Doctors: southern Taiwan’s rate of bladder cancer 3 times higher than rest of country

Tainted groundwater, dirty air, unsafe herbs create higher risk for bladder cancer in southern Taiwan

Taiwan News
Date: 2018/05/28
By: Renée Salmonsen, Taiwan News, Staff Writer

TAIPEI (Taiwan News) — Over three times as many cases of bladder cancer are diagnosed every year in southern Taiwan than the rest of the island, and doctors speculate the trend can be explained by three dangerous factors: herbs, water, and air.

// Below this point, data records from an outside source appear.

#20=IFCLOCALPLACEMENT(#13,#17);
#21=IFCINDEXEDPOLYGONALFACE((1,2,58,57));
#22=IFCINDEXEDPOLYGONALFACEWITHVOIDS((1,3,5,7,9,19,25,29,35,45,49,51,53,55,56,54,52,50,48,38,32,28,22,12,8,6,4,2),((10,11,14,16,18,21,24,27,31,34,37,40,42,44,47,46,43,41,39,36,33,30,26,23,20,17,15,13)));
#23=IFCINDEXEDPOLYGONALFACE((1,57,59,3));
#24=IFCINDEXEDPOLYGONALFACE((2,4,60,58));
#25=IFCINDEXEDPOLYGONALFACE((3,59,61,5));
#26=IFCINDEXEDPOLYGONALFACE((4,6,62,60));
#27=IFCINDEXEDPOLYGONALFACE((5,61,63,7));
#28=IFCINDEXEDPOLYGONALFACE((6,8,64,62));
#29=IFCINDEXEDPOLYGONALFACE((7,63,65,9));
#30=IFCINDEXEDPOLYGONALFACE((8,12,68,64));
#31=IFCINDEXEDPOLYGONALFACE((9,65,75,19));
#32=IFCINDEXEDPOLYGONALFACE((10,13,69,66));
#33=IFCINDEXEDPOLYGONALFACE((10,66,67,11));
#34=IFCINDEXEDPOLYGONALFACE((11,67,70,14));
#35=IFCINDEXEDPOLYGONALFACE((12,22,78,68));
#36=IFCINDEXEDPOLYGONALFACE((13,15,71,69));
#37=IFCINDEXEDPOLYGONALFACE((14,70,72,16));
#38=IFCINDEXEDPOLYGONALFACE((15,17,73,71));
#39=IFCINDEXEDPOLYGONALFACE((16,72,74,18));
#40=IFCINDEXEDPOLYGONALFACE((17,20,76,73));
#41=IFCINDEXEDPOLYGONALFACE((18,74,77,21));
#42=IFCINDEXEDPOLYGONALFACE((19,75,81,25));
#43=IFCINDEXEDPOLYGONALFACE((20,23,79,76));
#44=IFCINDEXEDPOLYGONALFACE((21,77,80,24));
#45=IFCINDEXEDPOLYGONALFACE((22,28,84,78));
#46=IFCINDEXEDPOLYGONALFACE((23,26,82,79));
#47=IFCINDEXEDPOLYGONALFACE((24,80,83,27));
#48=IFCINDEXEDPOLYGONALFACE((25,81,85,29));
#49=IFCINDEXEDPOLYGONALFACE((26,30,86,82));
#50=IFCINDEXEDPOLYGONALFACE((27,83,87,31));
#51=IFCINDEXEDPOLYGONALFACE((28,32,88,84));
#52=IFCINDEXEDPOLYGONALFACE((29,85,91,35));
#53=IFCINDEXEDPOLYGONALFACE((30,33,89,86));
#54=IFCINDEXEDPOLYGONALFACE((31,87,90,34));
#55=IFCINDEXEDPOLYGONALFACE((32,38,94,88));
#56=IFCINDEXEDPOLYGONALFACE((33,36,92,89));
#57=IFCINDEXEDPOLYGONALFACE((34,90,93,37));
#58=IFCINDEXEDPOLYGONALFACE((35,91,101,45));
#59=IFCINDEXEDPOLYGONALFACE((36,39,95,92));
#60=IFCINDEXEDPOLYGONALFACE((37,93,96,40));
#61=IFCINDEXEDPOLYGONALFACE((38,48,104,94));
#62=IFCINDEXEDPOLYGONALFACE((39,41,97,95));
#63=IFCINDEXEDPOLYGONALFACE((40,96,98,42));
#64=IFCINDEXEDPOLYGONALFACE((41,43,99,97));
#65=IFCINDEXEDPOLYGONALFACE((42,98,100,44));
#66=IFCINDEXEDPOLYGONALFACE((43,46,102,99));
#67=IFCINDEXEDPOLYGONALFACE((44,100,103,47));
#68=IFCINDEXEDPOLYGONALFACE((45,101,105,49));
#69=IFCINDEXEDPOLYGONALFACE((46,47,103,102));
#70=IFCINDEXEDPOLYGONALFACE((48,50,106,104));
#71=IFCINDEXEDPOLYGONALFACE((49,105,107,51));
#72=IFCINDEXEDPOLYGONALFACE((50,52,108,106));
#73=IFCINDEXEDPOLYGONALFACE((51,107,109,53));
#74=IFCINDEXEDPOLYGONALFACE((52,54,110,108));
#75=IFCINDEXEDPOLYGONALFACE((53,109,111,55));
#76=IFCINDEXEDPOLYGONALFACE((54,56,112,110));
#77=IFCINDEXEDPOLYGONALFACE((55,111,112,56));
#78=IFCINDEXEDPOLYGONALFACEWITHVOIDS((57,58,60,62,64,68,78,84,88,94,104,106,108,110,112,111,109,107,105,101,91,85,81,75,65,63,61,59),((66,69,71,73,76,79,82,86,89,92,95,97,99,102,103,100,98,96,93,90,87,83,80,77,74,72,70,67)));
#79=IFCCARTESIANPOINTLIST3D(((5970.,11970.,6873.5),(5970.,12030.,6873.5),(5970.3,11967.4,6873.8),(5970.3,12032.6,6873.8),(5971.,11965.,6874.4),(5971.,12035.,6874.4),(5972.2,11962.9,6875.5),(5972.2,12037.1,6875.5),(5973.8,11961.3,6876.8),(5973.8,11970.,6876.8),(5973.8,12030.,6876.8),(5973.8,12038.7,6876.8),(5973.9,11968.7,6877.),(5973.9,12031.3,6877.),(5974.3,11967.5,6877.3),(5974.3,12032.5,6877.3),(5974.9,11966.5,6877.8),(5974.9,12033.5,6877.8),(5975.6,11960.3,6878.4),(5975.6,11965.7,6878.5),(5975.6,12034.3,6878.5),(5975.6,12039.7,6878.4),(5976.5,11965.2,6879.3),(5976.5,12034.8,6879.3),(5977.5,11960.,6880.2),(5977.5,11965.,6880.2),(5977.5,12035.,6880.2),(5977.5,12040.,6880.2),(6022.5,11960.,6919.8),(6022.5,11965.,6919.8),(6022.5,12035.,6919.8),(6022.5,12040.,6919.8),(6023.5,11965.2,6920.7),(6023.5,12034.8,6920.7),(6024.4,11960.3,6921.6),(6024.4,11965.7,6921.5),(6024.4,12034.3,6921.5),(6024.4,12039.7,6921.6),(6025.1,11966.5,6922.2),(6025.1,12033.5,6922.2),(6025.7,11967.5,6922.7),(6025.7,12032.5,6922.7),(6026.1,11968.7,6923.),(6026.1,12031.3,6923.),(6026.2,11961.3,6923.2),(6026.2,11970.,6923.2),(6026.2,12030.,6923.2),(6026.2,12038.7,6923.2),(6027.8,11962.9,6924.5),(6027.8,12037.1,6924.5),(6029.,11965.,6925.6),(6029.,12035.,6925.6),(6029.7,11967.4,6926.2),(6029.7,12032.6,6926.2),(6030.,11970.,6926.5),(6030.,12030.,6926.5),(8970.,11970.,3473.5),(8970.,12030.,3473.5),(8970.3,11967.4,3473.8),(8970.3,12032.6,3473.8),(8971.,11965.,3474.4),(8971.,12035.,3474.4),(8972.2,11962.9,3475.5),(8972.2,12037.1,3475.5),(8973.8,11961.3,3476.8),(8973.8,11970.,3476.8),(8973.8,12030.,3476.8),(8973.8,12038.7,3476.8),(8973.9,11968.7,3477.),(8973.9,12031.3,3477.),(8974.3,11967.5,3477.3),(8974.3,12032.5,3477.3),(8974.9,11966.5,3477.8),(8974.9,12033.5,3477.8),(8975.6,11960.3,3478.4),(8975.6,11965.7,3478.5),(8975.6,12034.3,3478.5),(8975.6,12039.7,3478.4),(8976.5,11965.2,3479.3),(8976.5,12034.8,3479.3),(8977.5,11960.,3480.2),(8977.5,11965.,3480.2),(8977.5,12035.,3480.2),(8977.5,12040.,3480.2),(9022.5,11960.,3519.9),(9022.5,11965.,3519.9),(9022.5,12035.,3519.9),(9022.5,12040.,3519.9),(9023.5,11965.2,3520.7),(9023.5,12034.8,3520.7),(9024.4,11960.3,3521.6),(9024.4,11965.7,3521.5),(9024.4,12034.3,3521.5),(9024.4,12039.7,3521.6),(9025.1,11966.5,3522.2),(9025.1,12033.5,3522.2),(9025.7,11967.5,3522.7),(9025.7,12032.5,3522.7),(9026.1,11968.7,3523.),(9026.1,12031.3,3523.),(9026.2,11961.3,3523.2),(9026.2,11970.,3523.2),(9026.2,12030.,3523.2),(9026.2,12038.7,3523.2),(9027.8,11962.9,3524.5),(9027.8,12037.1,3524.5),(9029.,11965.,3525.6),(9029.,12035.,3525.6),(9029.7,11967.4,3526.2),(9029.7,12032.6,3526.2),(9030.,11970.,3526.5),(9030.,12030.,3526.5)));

Doctors suggest that people in southern Taiwan; over-ingest aristolochic acid, an acid found in Chinese medicine; deal with higher levels of arsenic found in ground water; and suffer from more air pollution, at much higher levels than other regions in Taiwan, according to CNA.

Data from the Ministry of Health and Welfare states that on average 3,709 cases of urinary-related cancers are diagnosed a year in Taiwan, including kidney cancer, ureteral cancer, urothelial cancer, and bladder cancer. Bladder cancer accounts for 60 percent of those cases and is predominately found in men.

On average in the remainder of Taiwan, 6.9 people out of 10,000 will be diagnosed with urinary cancer but in southern Taiwan the odds increase to 27.3 people out of 10,000.